NOTE T – LIMITED PARTNERSHIP
In early 1998, a subsidiary of the Company purchased the 20 percent limited partner interests of outside investors in a consolidated subsidiary, Chemtech
Royalty Associates L.P., for a fair value of $210 million in accordance with wind-up provisions in the partnership agreement. The limited partnership was
renamed Chemtech II L.P. (“Chemtech II”). In June 1998, the Company contributed assets with an aggregate fair value of $783 million (through a wholly
owned subsidiary) to Chemtech II and an outside investor acquired a limited partner interest in Chemtech II totaling 20 percent in exchange for $200 million. In
September 2000, the Company contributed additional assets with an aggregate fair value of $18 million (through a wholly owned subsidiary) to Chemtech II.
During the second quarter of 2008, the minority outside investor presented the Company with a liquidation notice, resulting in Dow’s election to purchase the
outside investor’s share in the partnership for $200 million. The transaction was completed in the second quarter of 2008.
Prior to the sale of its interest, the outside investor in Chemtech II received a cumulative annual priority return on its investment and participated in
residual earnings. For financial reporting purposes, the assets (other than intercompany loans, which were eliminated), liabilities, results of operations and
cash flows of the partnership and subsidiaries were included in the Company’s consolidated financial statements, and the outside investor’s limited partner
interest was included in “Noncontrolling interests” in the consolidated balance sheets.

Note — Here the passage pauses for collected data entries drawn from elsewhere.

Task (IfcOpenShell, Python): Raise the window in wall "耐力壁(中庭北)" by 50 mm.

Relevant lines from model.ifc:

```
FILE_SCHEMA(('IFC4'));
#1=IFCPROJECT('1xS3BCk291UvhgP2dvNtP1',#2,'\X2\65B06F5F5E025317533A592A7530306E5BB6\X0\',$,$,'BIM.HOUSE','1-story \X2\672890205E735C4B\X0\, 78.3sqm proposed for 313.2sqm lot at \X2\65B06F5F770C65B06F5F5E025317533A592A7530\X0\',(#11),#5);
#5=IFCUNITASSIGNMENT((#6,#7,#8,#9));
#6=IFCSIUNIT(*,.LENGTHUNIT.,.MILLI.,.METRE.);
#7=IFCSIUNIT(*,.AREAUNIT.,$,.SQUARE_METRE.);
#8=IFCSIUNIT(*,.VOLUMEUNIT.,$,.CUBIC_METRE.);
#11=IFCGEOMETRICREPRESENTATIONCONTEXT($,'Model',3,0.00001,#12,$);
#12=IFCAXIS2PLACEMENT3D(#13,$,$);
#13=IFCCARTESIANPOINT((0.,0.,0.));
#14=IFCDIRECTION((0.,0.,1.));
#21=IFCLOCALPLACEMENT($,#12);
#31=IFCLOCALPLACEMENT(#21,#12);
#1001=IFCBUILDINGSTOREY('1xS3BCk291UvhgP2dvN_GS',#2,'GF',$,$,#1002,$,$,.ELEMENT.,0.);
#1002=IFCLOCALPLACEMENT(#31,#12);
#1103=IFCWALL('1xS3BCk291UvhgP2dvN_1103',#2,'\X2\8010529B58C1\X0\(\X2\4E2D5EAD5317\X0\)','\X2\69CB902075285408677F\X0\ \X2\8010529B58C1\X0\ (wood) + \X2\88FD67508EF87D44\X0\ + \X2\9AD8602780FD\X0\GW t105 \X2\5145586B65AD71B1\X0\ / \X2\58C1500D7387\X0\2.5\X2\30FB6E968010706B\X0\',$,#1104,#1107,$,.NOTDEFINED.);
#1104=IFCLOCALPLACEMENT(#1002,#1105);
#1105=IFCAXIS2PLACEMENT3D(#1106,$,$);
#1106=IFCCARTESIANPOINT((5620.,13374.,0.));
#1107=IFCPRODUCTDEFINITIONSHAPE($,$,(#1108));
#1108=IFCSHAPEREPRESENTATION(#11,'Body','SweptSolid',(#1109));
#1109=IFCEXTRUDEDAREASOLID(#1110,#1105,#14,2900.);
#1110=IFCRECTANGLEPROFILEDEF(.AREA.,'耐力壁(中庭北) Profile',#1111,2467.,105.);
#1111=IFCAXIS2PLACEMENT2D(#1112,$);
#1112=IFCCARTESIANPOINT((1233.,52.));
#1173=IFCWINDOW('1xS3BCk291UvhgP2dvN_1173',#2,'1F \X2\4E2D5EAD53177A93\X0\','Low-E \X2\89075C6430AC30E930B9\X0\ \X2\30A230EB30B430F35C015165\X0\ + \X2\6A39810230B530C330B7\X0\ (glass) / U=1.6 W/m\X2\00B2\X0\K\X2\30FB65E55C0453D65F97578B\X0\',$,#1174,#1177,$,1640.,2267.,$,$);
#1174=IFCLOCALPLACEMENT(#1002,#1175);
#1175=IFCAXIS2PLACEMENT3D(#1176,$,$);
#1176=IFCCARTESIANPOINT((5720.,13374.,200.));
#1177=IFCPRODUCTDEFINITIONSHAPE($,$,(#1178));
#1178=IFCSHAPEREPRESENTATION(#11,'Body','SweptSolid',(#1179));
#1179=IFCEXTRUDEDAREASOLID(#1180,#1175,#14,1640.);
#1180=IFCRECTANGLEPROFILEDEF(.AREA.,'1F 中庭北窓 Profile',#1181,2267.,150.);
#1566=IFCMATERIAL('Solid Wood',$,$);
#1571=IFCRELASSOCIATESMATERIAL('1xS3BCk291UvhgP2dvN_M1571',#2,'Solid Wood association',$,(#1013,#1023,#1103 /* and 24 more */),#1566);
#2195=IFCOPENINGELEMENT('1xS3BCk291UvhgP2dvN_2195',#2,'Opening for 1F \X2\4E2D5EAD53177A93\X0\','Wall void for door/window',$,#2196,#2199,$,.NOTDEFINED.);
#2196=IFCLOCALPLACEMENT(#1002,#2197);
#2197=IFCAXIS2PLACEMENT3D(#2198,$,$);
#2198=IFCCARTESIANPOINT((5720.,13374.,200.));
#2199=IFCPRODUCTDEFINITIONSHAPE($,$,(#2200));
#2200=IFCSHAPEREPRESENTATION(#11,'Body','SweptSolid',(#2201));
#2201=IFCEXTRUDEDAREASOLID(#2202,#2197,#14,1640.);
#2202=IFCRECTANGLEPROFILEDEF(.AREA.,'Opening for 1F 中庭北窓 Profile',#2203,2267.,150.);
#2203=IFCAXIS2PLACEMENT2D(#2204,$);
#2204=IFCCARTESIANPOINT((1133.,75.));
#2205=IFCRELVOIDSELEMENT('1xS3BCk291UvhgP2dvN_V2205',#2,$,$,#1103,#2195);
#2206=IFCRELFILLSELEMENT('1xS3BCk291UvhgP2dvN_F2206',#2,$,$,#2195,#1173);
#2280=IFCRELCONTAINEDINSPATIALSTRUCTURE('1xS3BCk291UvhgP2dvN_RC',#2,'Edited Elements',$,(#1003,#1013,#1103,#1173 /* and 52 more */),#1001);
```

```python
import numpy as np
import ifcopenshell
import ifcopenshell.api.geometry
import ifcopenshell.util.placement
import ifcopenshell.util.unit

model = ifcopenshell.open("model.ifc")
unit_scale = ifcopenshell.util.unit.calculate_unit_scale(model)

window = model.by_id(1173)
opening = window.FillsVoids[0].RelatingOpeningElement
dz = 0.05 / unit_scale

shift = np.array([0.0, 0.0, dz])
# The window is not placed relative to its opening, so move both.
for product in (opening, window):
    matrix = ifcopenshell.util.placement.get_local_placement(product.ObjectPlacement)
    matrix[:3, 3] += shift
    ifcopenshell.api.geometry.edit_object_placement(model, product=product, matrix=matrix, is_si=False)

print(f"moved by {dz * unit_scale:+.3f} m")

model.write("model_v2.ifc")
```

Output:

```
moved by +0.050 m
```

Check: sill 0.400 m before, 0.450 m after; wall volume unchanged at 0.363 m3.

NOTE U – PREFERRED SECURITIES OF SUBSIDIARIES
The following transactions were entered into for the purpose of providing diversified sources of funds to the Company.
In July 1999, Tornado Finance V.O.F., a former consolidated foreign subsidiary of the Company, issued $500 million of preferred securities in the form
of preferred partnership units. The units provided a distribution of 7.965 percent, could be redeemed in 2009 or thereafter, and could be called at any time by
the subsidiary. On June 4, 2009, the preferred partner notified Tornado Finance V.O.F. that the preferred partnership units would be redeemed in full on
July 9, 2009, as permitted by the terms of the partnership agreement. On July 9, 2009, the preferred partnership units and accrued dividends were redeemed
for a total of $520 million. Upon redemption, Tornado Finance V.O.F. was dissolved. The preferred partnership units were previously classified as “Preferred
Securities of Subsidiaries” in the consolidated balance sheets. The distributions were included in “Net income attributable to noncontrolling interests” in the
consolidated statements of income.
In September 2001, Hobbes Capital S.A. (“Hobbes”), a former consolidated foreign subsidiary of the Company, issued $500 million of preferred
securities in the form of equity certificates. The certificates provided a floating rate of return (which could be reinvested) based on LIBOR. During the third
quarter of 2008, the other partner of Hobbes redeemed its $674 million ownership in Hobbes. The minority ownership was redeemed in a non-cash transaction
in exchange for a three-year note payable with a floating rate based on LIBOR. Prior to redemption, the equity certificates of $500 million were classified as
“Preferred Securities of Subsidiaries” and the reinvested preferred returns were included in “Noncontrolling interests” in the consolidated balance sheets. The
preferred return was included in “Net income attributable to noncontrolling interests” in the consolidated statements of income.